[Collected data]
Start of Block

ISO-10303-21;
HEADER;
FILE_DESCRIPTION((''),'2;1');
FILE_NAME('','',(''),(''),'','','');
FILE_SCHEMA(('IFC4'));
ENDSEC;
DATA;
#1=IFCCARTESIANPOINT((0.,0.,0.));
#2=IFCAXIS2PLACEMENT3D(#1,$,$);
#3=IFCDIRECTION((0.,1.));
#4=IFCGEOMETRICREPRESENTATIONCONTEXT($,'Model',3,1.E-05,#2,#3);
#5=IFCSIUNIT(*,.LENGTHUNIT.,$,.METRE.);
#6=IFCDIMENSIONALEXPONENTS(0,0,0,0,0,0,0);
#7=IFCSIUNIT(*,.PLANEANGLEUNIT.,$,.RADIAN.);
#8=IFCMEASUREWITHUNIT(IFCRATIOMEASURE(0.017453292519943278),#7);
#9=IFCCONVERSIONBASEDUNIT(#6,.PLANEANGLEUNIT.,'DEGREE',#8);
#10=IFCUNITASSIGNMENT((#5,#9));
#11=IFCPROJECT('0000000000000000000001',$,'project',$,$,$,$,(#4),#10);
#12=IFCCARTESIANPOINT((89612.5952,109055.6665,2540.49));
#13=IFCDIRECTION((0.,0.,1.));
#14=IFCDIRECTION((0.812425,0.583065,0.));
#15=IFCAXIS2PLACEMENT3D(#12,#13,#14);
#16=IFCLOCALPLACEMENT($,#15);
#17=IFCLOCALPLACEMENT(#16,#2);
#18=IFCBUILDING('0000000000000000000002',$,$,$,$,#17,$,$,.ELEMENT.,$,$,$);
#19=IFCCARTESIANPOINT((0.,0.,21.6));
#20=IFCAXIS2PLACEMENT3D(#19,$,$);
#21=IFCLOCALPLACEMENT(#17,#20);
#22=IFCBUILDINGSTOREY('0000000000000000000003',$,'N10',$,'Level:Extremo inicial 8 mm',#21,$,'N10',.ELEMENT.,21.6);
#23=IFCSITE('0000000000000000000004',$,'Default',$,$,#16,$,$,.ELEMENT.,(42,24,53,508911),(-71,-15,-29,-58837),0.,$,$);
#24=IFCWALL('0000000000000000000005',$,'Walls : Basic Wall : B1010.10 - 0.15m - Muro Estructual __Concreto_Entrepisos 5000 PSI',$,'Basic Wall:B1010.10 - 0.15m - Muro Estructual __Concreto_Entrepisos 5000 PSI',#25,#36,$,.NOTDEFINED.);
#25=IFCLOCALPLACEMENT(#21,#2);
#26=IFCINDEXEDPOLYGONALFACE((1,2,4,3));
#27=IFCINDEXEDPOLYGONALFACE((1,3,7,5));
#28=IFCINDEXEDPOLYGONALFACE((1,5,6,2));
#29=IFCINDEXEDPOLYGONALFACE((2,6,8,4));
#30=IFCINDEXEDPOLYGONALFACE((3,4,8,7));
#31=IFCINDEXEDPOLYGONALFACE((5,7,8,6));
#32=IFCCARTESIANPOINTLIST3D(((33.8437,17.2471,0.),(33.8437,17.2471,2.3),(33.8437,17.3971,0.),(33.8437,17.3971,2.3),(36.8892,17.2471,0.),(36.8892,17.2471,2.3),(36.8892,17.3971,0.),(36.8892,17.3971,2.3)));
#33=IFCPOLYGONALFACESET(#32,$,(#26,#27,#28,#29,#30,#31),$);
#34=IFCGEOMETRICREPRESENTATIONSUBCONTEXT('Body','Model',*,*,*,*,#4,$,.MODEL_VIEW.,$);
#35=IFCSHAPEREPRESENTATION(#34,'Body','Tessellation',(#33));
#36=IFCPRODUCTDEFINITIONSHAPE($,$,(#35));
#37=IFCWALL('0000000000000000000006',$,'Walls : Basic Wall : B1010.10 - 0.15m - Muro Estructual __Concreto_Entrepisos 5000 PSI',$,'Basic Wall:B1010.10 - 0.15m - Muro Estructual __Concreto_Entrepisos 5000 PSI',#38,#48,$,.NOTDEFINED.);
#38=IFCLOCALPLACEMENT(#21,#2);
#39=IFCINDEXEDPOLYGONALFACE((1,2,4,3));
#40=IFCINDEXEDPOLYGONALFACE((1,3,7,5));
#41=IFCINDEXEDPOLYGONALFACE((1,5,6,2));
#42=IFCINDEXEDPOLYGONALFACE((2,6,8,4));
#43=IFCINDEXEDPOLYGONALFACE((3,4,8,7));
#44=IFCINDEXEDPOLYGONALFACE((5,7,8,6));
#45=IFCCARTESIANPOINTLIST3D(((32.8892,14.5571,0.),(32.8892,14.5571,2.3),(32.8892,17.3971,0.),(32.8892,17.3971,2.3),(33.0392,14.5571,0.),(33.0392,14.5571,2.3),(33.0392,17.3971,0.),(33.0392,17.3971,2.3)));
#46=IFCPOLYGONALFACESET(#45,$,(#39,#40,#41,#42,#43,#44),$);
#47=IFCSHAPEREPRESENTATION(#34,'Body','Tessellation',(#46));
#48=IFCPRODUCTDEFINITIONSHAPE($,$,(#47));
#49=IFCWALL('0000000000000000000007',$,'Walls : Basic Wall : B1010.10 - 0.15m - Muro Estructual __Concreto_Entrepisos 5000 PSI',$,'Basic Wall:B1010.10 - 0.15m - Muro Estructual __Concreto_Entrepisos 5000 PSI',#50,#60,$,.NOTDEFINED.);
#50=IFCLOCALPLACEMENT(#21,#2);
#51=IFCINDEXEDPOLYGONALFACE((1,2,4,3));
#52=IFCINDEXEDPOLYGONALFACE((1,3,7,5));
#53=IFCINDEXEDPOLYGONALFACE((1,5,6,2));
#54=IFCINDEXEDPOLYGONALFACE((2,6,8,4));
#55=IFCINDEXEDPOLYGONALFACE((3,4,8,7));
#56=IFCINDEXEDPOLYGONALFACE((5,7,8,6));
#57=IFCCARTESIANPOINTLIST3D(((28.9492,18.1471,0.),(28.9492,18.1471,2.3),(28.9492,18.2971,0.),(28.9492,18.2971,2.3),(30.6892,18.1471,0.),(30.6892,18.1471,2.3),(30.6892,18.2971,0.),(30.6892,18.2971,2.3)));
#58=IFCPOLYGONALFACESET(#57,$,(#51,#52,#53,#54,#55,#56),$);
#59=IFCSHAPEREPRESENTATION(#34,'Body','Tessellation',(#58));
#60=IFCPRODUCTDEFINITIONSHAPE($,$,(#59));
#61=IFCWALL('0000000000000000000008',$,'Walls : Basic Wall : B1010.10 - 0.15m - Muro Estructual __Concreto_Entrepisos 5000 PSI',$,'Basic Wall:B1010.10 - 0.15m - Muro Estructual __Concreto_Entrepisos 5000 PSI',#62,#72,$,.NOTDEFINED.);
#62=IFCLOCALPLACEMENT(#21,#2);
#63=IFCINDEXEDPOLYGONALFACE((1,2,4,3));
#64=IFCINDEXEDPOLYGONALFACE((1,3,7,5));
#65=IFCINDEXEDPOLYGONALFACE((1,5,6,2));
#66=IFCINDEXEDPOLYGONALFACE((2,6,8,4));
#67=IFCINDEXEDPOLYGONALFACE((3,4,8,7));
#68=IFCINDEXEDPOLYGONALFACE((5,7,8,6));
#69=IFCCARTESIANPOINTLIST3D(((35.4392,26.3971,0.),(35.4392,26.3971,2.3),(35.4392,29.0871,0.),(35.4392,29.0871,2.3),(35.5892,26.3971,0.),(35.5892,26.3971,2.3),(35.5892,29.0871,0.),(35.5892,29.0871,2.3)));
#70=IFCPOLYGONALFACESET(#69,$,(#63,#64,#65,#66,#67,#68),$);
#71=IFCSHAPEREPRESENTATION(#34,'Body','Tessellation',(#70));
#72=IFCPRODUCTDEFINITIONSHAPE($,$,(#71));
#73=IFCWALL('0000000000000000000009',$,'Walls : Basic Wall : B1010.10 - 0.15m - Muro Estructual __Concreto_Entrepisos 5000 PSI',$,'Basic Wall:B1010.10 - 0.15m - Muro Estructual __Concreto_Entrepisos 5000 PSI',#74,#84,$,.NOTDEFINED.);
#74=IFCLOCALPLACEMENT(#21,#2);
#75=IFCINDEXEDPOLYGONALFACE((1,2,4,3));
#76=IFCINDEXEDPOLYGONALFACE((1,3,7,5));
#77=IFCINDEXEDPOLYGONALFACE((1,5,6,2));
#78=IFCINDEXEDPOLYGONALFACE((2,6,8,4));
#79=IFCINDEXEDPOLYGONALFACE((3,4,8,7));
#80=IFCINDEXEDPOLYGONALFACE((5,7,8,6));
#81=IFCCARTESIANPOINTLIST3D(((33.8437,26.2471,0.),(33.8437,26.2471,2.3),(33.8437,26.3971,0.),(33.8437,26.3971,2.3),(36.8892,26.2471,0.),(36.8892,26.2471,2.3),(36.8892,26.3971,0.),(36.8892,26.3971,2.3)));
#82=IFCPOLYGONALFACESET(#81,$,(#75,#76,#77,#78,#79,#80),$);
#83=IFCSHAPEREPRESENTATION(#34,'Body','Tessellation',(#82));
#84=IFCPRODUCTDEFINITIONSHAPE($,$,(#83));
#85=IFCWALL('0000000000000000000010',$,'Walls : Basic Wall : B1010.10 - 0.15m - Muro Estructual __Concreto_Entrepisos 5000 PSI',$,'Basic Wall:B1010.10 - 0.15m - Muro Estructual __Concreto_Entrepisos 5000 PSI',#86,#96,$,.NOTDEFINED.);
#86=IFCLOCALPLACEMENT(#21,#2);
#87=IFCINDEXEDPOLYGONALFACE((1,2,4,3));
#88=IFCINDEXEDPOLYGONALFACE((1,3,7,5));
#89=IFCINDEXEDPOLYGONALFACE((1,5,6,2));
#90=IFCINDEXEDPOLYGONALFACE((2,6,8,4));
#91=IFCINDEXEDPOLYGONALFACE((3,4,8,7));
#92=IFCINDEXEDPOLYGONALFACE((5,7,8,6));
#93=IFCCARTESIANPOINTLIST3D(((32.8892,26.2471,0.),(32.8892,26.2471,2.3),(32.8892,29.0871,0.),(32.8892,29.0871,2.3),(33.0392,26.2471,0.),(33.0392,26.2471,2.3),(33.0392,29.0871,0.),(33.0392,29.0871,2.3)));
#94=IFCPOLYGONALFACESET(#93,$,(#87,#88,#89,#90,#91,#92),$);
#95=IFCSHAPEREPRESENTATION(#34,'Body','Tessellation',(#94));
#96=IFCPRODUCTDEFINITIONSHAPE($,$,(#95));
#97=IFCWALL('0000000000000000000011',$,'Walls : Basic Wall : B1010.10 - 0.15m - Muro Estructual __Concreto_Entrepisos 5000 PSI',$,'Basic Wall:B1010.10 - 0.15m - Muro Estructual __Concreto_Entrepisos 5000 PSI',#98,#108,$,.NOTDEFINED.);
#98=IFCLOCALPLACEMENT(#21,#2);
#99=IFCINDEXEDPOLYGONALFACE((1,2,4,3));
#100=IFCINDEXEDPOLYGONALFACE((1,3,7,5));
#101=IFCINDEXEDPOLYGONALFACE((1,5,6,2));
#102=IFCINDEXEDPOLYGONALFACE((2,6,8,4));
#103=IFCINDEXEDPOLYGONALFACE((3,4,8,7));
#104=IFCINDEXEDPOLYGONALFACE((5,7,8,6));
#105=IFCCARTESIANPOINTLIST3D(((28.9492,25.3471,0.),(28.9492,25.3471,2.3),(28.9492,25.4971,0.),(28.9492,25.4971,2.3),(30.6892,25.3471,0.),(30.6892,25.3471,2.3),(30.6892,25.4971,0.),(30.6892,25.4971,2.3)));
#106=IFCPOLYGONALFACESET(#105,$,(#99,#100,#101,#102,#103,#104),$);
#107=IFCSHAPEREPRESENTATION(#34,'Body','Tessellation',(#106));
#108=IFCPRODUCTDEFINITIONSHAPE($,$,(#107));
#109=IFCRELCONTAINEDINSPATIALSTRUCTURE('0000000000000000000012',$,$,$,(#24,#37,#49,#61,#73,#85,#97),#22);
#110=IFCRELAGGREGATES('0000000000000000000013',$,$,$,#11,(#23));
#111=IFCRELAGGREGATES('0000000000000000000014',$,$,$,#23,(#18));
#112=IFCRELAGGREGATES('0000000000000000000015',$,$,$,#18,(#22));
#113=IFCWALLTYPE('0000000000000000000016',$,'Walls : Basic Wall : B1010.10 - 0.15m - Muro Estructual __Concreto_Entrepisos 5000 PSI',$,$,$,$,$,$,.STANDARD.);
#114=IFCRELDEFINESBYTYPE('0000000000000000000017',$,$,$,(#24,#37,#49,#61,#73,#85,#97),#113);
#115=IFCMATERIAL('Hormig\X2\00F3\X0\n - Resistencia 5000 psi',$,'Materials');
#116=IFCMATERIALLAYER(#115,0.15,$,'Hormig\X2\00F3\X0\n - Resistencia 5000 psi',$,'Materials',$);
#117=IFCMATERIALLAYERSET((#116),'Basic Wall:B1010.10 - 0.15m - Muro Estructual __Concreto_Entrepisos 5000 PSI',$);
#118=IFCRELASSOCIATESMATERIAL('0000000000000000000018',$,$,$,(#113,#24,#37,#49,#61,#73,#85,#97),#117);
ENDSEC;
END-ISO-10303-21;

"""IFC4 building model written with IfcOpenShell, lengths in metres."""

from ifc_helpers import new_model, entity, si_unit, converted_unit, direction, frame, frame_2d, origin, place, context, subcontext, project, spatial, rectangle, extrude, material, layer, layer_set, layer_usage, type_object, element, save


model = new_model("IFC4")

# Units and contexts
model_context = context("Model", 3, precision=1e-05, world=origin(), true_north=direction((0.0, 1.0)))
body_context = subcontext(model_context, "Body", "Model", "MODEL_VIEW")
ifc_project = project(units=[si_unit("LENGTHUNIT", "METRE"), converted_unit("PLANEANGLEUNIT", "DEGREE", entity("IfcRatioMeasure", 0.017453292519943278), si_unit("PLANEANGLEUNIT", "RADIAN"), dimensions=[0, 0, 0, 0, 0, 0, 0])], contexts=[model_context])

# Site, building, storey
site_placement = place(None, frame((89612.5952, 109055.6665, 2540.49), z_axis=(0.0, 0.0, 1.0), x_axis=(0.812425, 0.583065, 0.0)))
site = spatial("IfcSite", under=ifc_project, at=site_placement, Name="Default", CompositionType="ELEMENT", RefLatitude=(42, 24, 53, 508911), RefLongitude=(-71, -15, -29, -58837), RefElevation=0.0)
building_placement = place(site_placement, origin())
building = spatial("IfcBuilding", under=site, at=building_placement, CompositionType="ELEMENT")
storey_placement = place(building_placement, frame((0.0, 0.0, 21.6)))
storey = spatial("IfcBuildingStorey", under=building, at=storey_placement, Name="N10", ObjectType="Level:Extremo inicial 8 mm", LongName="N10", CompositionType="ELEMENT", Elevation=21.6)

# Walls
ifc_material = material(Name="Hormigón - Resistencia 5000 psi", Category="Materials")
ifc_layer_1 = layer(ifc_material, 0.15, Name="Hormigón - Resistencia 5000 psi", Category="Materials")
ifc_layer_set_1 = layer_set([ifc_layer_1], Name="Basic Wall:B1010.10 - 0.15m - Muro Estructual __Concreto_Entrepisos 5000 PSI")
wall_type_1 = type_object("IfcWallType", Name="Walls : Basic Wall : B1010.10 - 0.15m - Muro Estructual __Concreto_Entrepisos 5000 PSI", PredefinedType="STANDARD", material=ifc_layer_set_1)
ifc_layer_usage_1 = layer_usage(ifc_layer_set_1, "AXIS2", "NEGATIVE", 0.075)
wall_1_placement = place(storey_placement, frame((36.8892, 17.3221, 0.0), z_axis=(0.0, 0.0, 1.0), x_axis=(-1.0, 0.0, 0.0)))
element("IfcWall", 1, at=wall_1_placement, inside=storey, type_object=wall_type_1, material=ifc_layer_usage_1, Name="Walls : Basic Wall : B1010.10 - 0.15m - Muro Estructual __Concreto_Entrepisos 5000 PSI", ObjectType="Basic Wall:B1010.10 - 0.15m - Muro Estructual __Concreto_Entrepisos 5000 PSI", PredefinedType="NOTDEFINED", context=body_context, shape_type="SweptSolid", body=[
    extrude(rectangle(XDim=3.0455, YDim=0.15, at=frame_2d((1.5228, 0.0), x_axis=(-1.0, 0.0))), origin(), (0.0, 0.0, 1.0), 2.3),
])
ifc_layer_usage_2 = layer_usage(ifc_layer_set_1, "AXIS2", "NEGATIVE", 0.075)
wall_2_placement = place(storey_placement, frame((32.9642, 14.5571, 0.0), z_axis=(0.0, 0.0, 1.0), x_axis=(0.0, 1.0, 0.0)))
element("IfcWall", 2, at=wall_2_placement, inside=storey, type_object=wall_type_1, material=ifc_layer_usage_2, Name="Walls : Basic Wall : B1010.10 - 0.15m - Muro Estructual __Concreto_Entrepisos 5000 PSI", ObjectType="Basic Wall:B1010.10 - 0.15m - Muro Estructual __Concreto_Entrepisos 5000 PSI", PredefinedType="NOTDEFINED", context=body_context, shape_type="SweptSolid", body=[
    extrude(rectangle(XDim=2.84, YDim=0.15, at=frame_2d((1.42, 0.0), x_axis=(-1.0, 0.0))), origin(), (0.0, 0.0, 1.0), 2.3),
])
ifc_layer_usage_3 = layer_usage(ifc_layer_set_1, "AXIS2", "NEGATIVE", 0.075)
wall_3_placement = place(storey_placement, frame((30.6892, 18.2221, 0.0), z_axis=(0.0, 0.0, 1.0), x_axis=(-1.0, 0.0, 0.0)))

End of Block
Start of Block

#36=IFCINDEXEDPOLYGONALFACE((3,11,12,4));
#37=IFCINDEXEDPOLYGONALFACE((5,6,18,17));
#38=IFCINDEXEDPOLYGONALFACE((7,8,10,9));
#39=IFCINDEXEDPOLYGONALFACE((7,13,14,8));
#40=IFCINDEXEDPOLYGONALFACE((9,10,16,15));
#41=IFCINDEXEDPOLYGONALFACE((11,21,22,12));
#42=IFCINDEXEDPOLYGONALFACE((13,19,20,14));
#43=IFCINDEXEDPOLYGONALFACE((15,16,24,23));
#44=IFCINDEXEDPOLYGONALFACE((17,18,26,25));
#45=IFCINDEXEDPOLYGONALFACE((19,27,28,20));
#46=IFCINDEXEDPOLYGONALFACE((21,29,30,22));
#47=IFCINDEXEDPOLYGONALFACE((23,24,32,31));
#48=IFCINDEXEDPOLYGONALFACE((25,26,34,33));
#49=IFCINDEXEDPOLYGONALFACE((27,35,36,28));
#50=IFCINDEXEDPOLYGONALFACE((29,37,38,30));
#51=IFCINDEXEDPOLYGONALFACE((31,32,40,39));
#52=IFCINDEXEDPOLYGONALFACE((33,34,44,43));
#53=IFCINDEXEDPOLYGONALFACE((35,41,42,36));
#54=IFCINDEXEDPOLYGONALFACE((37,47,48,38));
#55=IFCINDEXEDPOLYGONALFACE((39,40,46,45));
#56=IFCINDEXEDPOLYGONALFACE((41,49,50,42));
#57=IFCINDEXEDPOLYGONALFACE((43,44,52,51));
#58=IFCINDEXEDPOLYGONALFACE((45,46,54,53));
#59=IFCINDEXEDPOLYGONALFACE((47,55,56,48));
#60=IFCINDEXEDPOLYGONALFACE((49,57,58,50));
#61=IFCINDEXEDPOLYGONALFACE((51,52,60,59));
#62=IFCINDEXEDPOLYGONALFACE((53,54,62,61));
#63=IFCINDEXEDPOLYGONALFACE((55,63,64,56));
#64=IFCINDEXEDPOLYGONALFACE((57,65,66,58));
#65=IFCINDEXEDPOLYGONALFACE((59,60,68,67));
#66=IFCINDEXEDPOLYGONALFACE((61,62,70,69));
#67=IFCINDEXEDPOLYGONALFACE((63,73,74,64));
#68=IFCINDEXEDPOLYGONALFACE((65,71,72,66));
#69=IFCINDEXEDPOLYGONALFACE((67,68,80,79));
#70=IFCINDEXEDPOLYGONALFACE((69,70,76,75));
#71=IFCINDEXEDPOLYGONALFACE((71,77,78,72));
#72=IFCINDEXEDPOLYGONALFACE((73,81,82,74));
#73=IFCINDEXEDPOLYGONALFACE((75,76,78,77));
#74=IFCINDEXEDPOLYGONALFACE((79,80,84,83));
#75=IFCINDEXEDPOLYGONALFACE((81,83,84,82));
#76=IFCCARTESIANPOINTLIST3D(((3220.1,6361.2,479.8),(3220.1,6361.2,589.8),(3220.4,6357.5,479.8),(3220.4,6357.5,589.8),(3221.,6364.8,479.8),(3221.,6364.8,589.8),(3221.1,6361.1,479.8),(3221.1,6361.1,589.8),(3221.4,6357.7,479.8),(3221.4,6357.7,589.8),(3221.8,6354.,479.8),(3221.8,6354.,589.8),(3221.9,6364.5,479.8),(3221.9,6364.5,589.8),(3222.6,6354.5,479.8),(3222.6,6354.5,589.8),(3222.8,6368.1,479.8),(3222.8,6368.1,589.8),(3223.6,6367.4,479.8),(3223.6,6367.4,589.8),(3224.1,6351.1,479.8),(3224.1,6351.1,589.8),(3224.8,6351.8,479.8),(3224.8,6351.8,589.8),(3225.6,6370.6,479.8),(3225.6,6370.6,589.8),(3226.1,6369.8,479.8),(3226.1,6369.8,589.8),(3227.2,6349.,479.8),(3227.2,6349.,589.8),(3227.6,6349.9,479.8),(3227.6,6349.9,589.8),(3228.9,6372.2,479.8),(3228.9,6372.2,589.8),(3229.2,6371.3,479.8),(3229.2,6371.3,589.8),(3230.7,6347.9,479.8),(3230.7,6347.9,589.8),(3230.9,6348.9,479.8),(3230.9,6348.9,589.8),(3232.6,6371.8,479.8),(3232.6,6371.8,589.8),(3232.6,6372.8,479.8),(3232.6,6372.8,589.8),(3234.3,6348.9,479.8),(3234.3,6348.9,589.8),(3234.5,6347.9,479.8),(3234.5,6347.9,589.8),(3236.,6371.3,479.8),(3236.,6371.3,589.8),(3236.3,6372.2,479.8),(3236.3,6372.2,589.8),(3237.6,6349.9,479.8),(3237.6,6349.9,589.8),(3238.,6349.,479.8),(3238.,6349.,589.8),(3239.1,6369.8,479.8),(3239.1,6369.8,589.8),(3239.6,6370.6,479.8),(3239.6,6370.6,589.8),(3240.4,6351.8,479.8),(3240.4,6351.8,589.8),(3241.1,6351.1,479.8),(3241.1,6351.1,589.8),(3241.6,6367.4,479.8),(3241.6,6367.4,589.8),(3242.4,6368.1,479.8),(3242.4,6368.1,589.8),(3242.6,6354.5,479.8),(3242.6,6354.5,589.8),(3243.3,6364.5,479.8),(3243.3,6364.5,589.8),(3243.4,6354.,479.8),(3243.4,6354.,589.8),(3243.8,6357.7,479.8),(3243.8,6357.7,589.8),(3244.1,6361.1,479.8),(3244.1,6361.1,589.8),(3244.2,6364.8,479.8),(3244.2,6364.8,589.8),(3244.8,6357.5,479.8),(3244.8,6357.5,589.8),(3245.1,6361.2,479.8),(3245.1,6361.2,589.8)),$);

End of Block
Start of Block

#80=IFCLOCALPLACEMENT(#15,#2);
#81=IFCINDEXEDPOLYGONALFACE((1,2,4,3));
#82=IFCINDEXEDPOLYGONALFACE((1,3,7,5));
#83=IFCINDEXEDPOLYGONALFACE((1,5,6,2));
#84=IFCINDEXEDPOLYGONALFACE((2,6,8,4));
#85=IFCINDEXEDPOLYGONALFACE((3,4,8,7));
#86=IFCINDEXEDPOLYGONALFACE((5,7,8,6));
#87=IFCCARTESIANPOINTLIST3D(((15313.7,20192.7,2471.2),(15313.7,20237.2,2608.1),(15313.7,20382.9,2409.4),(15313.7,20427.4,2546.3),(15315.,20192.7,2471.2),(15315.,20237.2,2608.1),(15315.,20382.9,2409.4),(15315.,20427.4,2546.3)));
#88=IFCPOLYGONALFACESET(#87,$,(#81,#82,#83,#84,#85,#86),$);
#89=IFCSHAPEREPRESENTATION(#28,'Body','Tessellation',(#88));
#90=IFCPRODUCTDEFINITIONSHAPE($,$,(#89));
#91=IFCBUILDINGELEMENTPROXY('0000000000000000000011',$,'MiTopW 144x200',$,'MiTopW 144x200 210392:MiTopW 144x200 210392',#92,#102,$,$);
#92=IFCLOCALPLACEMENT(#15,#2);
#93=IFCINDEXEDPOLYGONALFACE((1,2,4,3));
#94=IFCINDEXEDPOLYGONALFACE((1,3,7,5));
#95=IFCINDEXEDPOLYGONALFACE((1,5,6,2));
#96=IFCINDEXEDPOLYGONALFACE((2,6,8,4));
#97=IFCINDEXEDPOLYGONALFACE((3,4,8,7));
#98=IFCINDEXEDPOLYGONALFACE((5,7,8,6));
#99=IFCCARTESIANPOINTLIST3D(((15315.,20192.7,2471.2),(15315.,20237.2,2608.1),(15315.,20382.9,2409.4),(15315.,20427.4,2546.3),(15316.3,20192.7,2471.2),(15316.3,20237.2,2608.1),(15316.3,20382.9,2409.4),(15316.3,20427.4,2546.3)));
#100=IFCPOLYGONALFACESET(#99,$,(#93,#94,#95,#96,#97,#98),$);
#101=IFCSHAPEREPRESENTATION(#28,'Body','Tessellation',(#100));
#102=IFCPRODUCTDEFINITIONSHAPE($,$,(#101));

End of Block

**Assigned task**: From the records above, count the lines that contain "IFCDIRECTION". Only the number should be written.

**Solution to this problem**: 3